MAC/20: Mines and Communities

China Update

Published by MAC on 2008-02-01

China update

1st February 2008

Although there are justified concerns about Chinese "penetration" of Africa and Latin America, and to a lesser extent south and southeast Asia, in fact the regime's biggest single target for mineral marketing deals, acquisitions and joint ventures is Australia.

China poaching Latin America's last big mines

By Mica Rosenberg, Reuters

30th January 2008

MEXICO CITY - Chinese miners eager to feed a roaring economy with raw materials are buying some of the last remaining big mines in Latin America, where risks are lower than China's other commodities sources like Africa.

Still, there are pitfalls ahead.
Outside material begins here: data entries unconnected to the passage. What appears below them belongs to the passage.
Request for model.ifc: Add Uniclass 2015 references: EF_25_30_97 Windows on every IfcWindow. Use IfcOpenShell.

First a look at what the model holds.

```python
import ifcopenshell

model = ifcopenshell.open("model.ifc")
print(model.schema)
print("classifications:", [c.Name for c in model.by_type("IfcClassification")])
for ifc_class in ("IfcDoor", "IfcRoof", "IfcStair", "IfcWall", "IfcWindow"):
    print(ifc_class, len(model.by_type(ifc_class)))
```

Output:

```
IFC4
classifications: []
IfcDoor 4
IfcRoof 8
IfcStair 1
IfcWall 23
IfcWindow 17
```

```python
import ifcopenshell
import ifcopenshell.api.classification

model = ifcopenshell.open("model.ifc")

system = ifcopenshell.api.classification.add_classification(model, classification="Uniclass 2015")

codes = {
    "IfcWindow": ("EF_25_30_97", "Windows"),
}
for ifc_class, (code, name) in codes.items():
    products = model.by_type(ifc_class)
    ifcopenshell.api.classification.add_reference(
        model, products=products, classification=system, identification=code, name=name
    )
    print(code, len(products))

model.write("model_v2.ifc")
```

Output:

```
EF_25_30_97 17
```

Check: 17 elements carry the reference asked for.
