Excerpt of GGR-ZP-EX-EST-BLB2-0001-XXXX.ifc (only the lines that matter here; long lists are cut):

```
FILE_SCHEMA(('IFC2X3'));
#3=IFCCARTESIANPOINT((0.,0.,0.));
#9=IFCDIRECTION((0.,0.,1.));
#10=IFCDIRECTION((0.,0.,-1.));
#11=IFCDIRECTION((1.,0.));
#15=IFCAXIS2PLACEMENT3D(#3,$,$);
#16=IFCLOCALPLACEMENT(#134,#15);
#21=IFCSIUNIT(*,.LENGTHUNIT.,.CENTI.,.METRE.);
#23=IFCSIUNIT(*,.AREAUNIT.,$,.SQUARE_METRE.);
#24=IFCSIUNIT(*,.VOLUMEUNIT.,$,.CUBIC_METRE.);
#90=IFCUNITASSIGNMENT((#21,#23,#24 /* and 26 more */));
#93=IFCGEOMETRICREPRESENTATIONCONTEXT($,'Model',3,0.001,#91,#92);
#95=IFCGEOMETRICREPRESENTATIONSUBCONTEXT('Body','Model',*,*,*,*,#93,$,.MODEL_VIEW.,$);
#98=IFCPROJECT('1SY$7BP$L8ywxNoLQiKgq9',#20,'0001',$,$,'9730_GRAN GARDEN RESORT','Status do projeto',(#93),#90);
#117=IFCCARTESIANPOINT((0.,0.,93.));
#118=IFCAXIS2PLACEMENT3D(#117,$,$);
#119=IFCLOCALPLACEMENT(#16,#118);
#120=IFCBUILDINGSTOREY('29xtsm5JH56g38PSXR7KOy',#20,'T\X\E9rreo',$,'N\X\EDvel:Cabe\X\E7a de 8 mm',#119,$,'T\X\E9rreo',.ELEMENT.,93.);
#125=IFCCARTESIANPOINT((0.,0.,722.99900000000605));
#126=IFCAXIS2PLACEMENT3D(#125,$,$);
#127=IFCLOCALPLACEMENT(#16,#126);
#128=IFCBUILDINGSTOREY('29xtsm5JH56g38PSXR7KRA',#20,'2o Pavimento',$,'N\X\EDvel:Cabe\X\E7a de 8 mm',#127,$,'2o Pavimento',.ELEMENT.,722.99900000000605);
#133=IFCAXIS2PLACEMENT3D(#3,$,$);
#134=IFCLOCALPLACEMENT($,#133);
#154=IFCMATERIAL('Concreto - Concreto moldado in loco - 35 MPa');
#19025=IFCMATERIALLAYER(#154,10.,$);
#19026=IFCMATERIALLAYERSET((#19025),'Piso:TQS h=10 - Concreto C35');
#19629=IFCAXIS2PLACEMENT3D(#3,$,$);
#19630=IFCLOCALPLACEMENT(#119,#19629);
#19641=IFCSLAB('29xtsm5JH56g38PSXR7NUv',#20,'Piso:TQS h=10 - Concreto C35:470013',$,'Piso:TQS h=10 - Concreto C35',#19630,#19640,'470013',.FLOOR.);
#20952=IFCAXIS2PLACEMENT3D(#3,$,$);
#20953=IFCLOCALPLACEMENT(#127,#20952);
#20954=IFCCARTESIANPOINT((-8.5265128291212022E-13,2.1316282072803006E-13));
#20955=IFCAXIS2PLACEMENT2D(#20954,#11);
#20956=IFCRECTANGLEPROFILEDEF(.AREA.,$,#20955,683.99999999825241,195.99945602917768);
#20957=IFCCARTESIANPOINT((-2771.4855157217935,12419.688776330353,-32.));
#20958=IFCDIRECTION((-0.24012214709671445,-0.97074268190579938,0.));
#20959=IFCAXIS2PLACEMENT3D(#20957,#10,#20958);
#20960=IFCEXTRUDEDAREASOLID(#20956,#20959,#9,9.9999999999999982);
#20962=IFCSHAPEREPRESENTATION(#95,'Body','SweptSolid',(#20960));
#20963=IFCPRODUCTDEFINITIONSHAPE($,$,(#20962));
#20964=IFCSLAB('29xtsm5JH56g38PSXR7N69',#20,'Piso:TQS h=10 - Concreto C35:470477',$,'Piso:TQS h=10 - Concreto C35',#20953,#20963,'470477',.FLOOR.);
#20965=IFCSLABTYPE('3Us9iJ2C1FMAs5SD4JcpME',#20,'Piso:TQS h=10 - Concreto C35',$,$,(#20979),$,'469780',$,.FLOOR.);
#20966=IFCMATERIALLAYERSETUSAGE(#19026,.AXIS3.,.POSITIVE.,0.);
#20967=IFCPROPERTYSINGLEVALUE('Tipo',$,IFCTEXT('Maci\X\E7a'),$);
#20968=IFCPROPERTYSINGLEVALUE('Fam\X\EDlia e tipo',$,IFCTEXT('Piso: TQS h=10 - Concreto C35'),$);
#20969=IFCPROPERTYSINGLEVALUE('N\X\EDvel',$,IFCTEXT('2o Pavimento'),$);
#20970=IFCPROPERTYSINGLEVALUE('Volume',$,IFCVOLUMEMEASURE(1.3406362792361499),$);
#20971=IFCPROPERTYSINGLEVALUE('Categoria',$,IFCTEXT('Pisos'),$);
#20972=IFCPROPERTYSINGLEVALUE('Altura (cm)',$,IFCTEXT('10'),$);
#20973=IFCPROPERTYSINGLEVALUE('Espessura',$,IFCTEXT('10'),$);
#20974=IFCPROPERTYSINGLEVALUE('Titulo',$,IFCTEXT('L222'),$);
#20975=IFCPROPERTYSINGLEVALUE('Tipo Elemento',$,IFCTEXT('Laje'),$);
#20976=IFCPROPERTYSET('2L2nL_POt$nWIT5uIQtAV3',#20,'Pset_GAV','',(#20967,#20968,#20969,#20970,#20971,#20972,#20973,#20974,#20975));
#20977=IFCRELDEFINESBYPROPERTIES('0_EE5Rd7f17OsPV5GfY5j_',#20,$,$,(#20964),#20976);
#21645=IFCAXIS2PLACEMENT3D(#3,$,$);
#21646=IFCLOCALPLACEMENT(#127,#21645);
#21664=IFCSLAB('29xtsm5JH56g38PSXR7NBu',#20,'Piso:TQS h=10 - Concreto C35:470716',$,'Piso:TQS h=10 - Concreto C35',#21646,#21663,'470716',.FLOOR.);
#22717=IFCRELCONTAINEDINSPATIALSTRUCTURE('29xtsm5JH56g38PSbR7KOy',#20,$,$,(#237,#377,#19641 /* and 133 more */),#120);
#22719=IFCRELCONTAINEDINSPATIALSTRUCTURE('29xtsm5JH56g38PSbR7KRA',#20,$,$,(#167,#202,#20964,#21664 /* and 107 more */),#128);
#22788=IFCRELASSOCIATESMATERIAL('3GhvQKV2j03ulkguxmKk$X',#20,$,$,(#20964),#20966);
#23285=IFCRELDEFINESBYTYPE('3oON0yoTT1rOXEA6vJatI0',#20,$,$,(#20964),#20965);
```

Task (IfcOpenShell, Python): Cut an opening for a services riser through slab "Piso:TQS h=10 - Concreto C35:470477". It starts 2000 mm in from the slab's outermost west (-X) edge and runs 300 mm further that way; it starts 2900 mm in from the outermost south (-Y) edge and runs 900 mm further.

```python
import numpy as np
import ifcopenshell
import ifcopenshell.api.feature
import ifcopenshell.api.geometry
import ifcopenshell.api.pset
import ifcopenshell.api.root
import ifcopenshell.geom
import ifcopenshell.util.element
import ifcopenshell.util.placement
import ifcopenshell.util.representation
import ifcopenshell.util.shape
import ifcopenshell.util.unit

model = ifcopenshell.open("GGR-ZP-EX-EST-BLB2-0001-XXXX.ifc")
unit_scale = ifcopenshell.util.unit.calculate_unit_scale(model)
volume_scale = ifcopenshell.util.unit.calculate_unit_scale(model, "VOLUMEUNIT")
settings = ifcopenshell.geom.settings()


def volume(element):
    """Net volume in cubic metres, openings subtracted."""
    shape = ifcopenshell.geom.create_shape(settings, element)
    return ifcopenshell.util.shape.get_volume(shape.geometry)


slab = model.by_guid("29xtsm5JH56g38PSXR7N69")
before = volume(slab)

# Extent in the slab's own axes, in metres. The edges named are its -X and -Y sides.
slab_shape = ifcopenshell.geom.create_shape(settings, slab)
vertices = ifcopenshell.util.shape.get_vertices(slab_shape.geometry)
x_min, y_min, bottom = vertices.min(axis=0)
top = vertices[:, 2].max()

opening = ifcopenshell.api.root.create_entity(model, ifc_class="IfcOpeningElement", name="Services riser opening")
context = ifcopenshell.util.representation.get_context(model, "Model", "Body", "MODEL_VIEW")
width, depth = 0.3, 0.9
outline = [(0.0, 0.0), (width, 0.0), (width, depth), (0.0, depth), (0.0, 0.0)]
# Overshoot both faces by 50 mm so the cut is clean.
shape = ifcopenshell.api.geometry.add_slab_representation(
    model, context=context, depth=top - bottom + 0.1, polyline=outline
)
ifcopenshell.api.geometry.assign_representation(model, product=opening, representation=shape)

matrix = ifcopenshell.util.placement.get_local_placement(slab.ObjectPlacement)
matrix[:, 3] = matrix @ np.append(np.array([x_min + 2, y_min + 2.9, bottom - 0.05]) / unit_scale, 1.0)
ifcopenshell.api.geometry.edit_object_placement(model, product=opening, matrix=matrix, is_si=False)
ifcopenshell.api.feature.add_feature(model, feature=opening, element=slab)

after = volume(slab)

# Update the slab's stored quantities.
pset = model.by_id(ifcopenshell.util.element.get_pset(slab, "Pset_GAV", should_inherit=False)["id"])
ifcopenshell.api.pset.edit_pset(model, pset=pset, properties={
    "Volume": model.create_entity("IfcVolumeMeasure", after / volume_scale),
})

print(f"slab volume {before:.3f} -> {after:.3f} m3")

model.write("GGR-ZP-EX-EST-BLB2-0001-XXXX_updated.ifc")
```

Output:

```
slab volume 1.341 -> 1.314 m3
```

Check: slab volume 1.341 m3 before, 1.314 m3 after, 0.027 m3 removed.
The choicest known mining resources in the region have already been snapped up, while labor unions are independent and quick to strike for a greater share of the boom in commodity prices.

The Chinese are scouring the globe for the few remaining mineral deposits since they produce less than half the iron and copper and less than 70 percent of the alumina needed to build huge infrastructure projects from highways to power grids to airports.

Earlier this month, China's largest nickel producer, Jinchuan Group Ltd, bought Mexico's biggest untapped copper-zinc deposit from Canadian company Tyler Resources Inc , the latest in a spate of acquisitions across the region.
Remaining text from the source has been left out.